Aud_Intf API User Guide

[中文]

Important

The audio components used in AIDK have functional differences compared to other bk_avdk branches. New features have been added specifically for AI conversation scenarios, including: - G.722 codec support - Prompt tone playback support (PCM, WAV, MP3 formats) - ASR offline voice wake-up functionality - Speaker playback source switching capability

This document provides detailed explanations of AIDK’s new features. For standard recording, playback, and voice call functionalities, please refer to:

https://docs.bekencorp.com/arminodoc/bk_avdk/bk7258/en/v2.0.1/api-reference/multi_media/bk_aud_intf.html

1. G.722 Codec

Enable G.722 codec by setting the macro CONFIG_AUD_INTF_SUPPORT_G722=y on CPU1.

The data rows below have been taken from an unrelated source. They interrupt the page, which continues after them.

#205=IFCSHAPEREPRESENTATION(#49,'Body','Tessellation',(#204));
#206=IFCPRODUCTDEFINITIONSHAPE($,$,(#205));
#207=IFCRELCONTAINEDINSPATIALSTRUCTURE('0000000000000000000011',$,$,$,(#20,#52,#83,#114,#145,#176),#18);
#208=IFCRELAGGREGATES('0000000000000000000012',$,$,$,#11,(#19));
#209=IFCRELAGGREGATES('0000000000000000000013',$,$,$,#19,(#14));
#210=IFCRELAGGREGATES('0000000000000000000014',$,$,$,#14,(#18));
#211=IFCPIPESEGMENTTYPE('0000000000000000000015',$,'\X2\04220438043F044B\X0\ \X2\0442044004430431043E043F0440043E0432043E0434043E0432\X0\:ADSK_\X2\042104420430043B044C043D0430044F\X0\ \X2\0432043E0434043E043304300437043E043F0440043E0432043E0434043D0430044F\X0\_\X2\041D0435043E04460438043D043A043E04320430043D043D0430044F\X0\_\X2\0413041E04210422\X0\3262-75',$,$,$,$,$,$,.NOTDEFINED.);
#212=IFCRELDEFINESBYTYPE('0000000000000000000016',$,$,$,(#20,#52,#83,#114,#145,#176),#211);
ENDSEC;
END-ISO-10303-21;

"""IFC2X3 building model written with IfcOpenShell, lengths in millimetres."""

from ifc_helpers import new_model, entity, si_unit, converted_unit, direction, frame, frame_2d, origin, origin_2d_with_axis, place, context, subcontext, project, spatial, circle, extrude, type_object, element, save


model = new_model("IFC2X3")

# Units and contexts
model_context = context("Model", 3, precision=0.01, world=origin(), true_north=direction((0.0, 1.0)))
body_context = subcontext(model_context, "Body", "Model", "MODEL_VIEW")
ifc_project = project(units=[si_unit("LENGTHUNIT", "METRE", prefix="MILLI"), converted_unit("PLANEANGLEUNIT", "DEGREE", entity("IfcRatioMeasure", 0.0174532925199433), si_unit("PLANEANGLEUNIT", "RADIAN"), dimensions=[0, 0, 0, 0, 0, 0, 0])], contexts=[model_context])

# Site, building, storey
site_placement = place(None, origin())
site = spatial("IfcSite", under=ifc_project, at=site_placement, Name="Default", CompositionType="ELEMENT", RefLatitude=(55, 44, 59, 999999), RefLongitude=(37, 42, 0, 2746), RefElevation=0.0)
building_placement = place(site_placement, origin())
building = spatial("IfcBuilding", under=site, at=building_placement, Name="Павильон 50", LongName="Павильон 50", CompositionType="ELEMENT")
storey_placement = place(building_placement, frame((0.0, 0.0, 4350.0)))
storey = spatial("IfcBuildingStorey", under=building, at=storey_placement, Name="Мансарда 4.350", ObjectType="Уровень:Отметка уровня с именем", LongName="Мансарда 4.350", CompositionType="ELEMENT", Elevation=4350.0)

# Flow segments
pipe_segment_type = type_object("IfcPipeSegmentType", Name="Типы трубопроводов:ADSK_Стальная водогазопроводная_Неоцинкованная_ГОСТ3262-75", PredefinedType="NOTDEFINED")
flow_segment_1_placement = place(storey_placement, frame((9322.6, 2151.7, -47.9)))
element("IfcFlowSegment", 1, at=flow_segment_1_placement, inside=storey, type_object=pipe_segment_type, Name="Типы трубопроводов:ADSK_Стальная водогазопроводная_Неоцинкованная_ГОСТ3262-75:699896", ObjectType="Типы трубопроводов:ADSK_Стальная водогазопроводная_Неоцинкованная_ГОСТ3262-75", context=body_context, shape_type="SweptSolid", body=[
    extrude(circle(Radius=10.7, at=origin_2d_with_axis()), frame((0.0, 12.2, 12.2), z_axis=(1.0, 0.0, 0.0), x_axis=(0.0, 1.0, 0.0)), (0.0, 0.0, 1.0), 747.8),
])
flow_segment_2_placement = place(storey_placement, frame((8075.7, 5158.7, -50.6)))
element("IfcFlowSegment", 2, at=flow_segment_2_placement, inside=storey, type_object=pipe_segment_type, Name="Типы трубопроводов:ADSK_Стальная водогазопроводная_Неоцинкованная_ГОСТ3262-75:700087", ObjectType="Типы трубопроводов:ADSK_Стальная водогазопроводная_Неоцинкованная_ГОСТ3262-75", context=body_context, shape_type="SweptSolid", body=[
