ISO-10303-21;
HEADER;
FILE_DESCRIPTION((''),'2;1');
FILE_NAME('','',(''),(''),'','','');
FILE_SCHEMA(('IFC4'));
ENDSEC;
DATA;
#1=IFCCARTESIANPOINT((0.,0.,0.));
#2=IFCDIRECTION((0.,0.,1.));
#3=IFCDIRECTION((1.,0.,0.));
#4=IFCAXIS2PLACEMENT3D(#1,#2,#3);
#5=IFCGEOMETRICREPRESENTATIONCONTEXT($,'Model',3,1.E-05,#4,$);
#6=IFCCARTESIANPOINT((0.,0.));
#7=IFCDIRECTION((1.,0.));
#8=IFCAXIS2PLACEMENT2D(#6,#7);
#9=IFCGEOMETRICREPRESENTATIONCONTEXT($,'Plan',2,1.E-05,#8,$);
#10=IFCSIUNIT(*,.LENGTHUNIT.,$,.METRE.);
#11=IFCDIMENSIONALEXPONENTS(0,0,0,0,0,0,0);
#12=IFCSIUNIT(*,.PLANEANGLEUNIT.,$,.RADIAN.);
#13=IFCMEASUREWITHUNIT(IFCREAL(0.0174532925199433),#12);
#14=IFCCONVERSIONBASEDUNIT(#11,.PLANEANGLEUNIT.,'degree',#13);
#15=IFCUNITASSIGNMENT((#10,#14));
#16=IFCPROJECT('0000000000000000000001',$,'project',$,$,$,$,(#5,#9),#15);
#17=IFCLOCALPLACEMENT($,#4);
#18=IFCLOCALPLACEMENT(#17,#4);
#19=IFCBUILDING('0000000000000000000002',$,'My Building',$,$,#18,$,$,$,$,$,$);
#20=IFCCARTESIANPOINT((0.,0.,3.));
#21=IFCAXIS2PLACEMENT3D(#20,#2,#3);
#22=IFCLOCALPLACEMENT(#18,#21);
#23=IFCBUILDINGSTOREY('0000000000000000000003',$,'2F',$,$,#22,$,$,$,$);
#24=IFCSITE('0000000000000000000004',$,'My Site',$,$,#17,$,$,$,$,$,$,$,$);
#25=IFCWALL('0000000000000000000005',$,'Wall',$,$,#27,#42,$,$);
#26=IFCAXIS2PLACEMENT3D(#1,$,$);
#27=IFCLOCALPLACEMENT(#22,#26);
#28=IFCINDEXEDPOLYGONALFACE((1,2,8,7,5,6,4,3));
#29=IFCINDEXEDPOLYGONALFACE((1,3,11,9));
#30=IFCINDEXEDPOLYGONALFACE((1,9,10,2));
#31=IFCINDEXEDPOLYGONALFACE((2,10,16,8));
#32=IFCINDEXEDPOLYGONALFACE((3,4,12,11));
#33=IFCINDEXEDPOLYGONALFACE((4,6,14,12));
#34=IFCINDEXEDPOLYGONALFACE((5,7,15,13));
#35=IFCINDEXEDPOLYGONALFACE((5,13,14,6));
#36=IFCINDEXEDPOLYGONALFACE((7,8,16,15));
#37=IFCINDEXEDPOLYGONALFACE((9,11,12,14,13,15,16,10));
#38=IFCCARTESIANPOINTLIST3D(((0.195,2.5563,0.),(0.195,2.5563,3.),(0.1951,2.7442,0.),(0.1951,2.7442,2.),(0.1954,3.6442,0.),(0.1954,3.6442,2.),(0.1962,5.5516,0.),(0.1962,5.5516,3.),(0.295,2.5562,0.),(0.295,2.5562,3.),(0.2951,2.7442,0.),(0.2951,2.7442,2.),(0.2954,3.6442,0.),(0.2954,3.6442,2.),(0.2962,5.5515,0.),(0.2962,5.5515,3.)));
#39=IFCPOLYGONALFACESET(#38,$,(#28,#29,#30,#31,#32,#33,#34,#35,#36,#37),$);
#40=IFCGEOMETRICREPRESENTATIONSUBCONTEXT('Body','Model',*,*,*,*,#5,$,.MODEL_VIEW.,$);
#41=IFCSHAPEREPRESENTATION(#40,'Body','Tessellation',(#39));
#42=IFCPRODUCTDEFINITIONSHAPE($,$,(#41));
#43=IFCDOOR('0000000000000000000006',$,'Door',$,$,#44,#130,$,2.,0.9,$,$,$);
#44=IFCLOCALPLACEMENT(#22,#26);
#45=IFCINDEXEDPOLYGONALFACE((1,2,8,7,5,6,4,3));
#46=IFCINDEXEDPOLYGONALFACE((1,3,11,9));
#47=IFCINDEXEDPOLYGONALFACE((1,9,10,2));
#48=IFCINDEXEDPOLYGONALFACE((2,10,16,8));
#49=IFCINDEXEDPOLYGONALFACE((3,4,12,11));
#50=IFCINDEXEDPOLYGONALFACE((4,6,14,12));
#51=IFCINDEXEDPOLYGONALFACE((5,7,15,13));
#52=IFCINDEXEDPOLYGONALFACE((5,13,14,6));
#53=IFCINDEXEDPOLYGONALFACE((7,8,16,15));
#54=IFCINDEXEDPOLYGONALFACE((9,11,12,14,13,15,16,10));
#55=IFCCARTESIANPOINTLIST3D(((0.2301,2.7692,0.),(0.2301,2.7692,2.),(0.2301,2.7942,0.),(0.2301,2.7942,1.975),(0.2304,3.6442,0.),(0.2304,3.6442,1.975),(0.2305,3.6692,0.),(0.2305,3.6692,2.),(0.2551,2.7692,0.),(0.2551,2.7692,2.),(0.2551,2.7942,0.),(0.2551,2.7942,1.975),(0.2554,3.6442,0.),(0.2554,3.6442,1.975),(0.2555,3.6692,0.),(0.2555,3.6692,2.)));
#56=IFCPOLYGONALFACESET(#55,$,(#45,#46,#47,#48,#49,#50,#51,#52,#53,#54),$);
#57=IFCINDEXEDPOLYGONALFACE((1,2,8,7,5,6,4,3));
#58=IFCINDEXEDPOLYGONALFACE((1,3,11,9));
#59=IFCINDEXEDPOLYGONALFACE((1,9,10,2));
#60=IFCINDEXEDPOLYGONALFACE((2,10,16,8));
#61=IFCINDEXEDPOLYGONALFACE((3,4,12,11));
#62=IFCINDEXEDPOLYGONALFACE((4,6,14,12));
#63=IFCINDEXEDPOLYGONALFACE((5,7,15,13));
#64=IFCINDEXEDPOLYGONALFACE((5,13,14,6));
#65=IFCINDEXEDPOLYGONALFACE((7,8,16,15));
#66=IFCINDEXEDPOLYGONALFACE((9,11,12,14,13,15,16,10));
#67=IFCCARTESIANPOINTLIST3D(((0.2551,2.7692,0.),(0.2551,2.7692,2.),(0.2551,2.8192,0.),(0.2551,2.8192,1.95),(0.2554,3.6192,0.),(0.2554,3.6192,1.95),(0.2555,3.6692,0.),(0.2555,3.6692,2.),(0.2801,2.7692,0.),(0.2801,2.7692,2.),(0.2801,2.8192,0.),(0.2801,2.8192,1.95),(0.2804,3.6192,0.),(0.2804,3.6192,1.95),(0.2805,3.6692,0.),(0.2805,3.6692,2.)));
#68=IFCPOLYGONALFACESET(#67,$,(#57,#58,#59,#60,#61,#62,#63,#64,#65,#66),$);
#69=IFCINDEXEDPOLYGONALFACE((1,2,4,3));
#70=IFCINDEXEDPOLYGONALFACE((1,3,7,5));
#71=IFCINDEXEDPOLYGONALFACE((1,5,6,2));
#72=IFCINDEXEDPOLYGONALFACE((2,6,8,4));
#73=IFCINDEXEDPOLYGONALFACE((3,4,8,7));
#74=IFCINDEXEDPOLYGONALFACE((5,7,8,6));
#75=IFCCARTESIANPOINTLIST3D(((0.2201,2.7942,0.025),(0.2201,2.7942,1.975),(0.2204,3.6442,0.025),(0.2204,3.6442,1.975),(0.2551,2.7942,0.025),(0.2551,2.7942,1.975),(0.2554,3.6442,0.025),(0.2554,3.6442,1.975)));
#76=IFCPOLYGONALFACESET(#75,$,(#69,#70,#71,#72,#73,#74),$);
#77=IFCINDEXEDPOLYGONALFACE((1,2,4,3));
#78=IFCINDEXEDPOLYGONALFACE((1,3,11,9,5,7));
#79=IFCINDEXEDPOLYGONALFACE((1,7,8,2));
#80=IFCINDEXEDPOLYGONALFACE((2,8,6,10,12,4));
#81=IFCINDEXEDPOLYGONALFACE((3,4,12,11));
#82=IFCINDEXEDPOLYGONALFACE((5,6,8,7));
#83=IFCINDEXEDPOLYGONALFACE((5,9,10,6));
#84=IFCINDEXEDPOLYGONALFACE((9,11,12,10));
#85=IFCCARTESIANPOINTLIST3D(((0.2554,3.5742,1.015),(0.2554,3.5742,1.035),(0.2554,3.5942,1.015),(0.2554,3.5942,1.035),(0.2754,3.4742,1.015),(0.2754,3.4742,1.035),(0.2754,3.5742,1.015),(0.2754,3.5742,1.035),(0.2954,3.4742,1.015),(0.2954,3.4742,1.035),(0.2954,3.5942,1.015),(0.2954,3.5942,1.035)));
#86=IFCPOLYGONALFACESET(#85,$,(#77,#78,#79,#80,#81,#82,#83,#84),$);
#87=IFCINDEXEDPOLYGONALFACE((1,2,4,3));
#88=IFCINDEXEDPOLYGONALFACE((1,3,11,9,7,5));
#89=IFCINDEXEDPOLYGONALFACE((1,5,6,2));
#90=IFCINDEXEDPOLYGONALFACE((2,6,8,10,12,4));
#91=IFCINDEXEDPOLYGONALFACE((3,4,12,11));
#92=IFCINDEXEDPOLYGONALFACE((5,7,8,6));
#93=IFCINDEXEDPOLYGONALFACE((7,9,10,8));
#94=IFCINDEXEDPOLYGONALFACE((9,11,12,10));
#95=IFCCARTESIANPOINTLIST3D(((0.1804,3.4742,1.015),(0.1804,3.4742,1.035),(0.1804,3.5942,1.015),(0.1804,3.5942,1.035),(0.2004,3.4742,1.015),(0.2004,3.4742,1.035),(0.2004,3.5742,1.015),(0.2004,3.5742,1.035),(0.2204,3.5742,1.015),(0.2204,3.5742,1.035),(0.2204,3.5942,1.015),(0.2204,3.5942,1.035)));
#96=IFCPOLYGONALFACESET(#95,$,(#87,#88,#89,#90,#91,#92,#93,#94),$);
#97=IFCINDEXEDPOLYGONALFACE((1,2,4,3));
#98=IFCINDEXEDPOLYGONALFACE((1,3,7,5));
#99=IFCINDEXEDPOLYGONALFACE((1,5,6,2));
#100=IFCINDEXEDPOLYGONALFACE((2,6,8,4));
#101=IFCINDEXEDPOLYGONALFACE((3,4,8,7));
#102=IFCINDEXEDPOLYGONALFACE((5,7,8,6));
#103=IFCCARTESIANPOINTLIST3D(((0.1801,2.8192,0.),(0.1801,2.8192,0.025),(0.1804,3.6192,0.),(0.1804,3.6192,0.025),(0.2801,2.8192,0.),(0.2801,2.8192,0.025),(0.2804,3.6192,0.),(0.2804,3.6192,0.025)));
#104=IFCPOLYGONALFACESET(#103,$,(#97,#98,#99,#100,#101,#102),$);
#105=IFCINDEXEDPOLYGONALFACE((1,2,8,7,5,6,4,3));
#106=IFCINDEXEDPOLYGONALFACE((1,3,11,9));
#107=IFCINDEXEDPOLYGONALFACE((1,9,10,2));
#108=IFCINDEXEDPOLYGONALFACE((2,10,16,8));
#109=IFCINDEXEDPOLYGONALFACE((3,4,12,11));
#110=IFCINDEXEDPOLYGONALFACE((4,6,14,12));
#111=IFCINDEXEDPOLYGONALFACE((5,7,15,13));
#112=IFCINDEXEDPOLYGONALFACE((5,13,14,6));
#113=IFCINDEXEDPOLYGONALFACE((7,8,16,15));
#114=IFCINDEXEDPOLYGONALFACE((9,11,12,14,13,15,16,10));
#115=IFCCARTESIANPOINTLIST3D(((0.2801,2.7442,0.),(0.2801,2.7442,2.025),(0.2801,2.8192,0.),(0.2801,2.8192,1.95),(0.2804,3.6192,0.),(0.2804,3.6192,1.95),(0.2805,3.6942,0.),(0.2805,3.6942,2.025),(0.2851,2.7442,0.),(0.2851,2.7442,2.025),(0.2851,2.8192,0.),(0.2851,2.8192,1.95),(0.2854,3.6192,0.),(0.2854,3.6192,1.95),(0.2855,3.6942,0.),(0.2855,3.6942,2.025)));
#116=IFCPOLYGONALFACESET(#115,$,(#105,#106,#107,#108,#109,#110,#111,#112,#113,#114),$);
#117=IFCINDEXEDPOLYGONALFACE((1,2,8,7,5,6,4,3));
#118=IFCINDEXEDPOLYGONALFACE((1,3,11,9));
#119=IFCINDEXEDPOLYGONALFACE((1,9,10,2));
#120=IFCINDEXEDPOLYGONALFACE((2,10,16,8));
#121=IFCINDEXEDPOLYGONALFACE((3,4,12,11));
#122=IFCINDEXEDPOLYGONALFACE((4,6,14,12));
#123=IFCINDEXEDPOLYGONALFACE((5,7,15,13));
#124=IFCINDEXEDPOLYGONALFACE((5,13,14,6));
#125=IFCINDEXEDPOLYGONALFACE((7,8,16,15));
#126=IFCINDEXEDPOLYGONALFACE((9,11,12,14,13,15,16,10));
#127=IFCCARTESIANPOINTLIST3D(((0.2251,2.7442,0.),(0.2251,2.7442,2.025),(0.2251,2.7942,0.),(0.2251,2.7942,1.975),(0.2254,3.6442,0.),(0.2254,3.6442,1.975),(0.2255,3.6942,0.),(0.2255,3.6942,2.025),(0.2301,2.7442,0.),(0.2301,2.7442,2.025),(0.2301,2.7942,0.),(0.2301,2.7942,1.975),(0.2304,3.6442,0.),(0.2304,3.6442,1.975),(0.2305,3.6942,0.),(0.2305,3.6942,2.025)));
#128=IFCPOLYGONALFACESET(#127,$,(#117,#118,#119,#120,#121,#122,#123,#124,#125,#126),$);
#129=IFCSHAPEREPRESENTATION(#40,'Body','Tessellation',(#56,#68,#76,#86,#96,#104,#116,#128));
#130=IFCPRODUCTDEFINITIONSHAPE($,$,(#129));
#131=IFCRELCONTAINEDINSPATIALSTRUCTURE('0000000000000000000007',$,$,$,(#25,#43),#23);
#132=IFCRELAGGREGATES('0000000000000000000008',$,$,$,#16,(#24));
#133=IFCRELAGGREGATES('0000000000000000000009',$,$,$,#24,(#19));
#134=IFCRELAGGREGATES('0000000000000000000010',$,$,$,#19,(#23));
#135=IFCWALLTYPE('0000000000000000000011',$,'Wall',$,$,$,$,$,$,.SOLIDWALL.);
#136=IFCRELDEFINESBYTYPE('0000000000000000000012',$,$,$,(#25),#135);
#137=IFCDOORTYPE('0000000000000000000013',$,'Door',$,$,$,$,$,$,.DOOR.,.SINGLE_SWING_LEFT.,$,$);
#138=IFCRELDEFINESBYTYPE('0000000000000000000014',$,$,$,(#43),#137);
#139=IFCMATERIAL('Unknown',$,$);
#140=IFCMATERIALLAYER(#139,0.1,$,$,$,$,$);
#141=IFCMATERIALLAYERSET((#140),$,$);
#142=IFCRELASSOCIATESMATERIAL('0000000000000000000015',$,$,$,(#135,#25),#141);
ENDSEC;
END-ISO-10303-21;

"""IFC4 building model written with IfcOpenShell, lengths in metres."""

from ifc_helpers import new_model, entity, si_unit, converted_unit, frame, origin_with_axes, origin_2d_with_axis, place, context, subcontext, project, spatial, line, indexed_curve, outline, extrude, shape, source, transform, mapped, material, layer, layer_set, layer_usage, type_object, type_shapes, element, fill, save


model = new_model("IFC4")

# Units and contexts
model_context = context("Model", 3, precision=1e-05, world=origin_with_axes())
plan_context = context("Plan", 2, precision=1e-05, world=origin_2d_with_axis())
body_context_1 = subcontext(model_context, "Body", "Model", "MODEL_VIEW")
body_context_2 = subcontext(plan_context, "Body", "Plan", "PLAN_VIEW")
ifc_project = project(units=[si_unit("LENGTHUNIT", "METRE"), converted_unit("PLANEANGLEUNIT", "degree", entity("IfcReal", 0.0174532925199433), si_unit("PLANEANGLEUNIT", "RADIAN"), dimensions=[0, 0, 0, 0, 0, 0, 0])], contexts=[model_context, plan_context])

# Site, building, storey
site_placement = place(None, origin_with_axes())
site = spatial("IfcSite", under=ifc_project, at=site_placement, Name="My Site")
building_placement = place(site_placement, origin_with_axes())
building = spatial("IfcBuilding", under=site, at=building_placement, Name="My Building")
storey_placement = place(building_placement, frame((0.0, 0.0, 3.0), z_axis=(0.0, 0.0, 1.0), x_axis=(1.0, 0.0, 0.0)))
storey = spatial("IfcBuildingStorey", under=building, at=storey_placement, Name="2F")

# Shared definitions
ifc_material = material(Name="Unknown")

# Shared definitions
ifc_layer = layer(ifc_material, 0.1)
ifc_layer_set = layer_set([ifc_layer])
wall_type = type_object("IfcWallType", Name="Wall", PredefinedType="SOLIDWALL", material=ifc_layer_set)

2. Speaker Playback Source Switching

For scenarios requiring prompt tone interruptions during AI voice conversations, AIDK’s audio components support dynamic playback source switching via API.

Relevant APIs:

  • bk_err_t aud_tras_drv_voc_set_spk_source_type(spk_source_type_t type) // Set playback source

  • spk_source_type_t aud_tras_drv_get_spk_source_type(void) // Get current playback source

Important

These APIs are only supported on CPU1. Currently three playback sources are supported: - SPK_SOURCE_TYPE_VOICE: Voice call - SPK_SOURCE_TYPE_PROMPT_TONE: Prompt tone - SPK_SOURCE_TYPE_A2DP: Bluetooth music

3. Prompt Tone Playback

Source path: <source code>/bk_avdk/components/multimedia/prompt_tone_play/

As shown below: The prompt tone framework adopts a modular design with three main components: playback module (prompt_tone_play), source module (audio_source), and decoding module (audio_codec).

  1. Playback Module
    • Provides upper-layer application interface, integrating source and decoding modules to configure and control playback.

  2. Source Module
    • Abstracted as a class for extensibility, with implementations for different sources.

    • Current implementations: array-based (audio_array.c) and VFS filesystem (audio_vfs.c).

    • Default uses SD NAND with VFS. Select implementation via macros.

  3. Decoding Module
    • Abstracted as a class with format-specific implementations.

    • Current implementations: PCM (pcm_codec.c), WAV (wav_codec.c), MP3 (mp3_codec.c).

    • Default uses WAV format. Select via macros.

Prompt Tone Development Framework

Figure 2. Prompt Tone Development Framework

Macro configurations:

Macro

CPU

Type

Value

Description

CONFIG_AUD_INTF_SUPPORT_PROMPT_TONE

CPU1

bool

y

Enable prompt tone

CONFIG_AUD_PROMPT_TONE_SOURCE_ARRAY

CPU1

bool

y

Use global array

CONFIG_AUD_PROMPT_TONE_SOURCE_VFS

CPU1

bool

y

Use SD NAND

CONFIG_PROMPT_TONE_CODEC_PCM

CPU1

bool

y

PCM format

CONFIG_PROMPT_TONE_CODEC_WAV

CPU1

bool

y

WAV format

CONFIG_PROMPT_TONE_CODEC_MP3

CPU1

bool

y

MP3 format

Important

Prompt tone functionality depends on speaker source switching. Ensure this feature is enabled when using prompt tones.

Note

Prompt tone files must meet:
  • Mono channel

  • 16-bit depth

  • 16kHz sample rate

Important

  • The WAV format prompt tone file must strictly follow the format of 44-byte header + valid PCM audio data and must not contain additional information such as author or album details.

  • The MP3 format prompt tone file must not include an ID3v1 header or other metadata such as author or album information.

4. ASR Offline Voice Wake-up

AIDK supports ASR offline wake-up for AI conversations. The ASR algorithm runs on CPU2 (enable via CONFIG_AI_ASR_MODE_CPU2=y).

When enabled, the device requires a wake word before processing microphone data for AI Agent.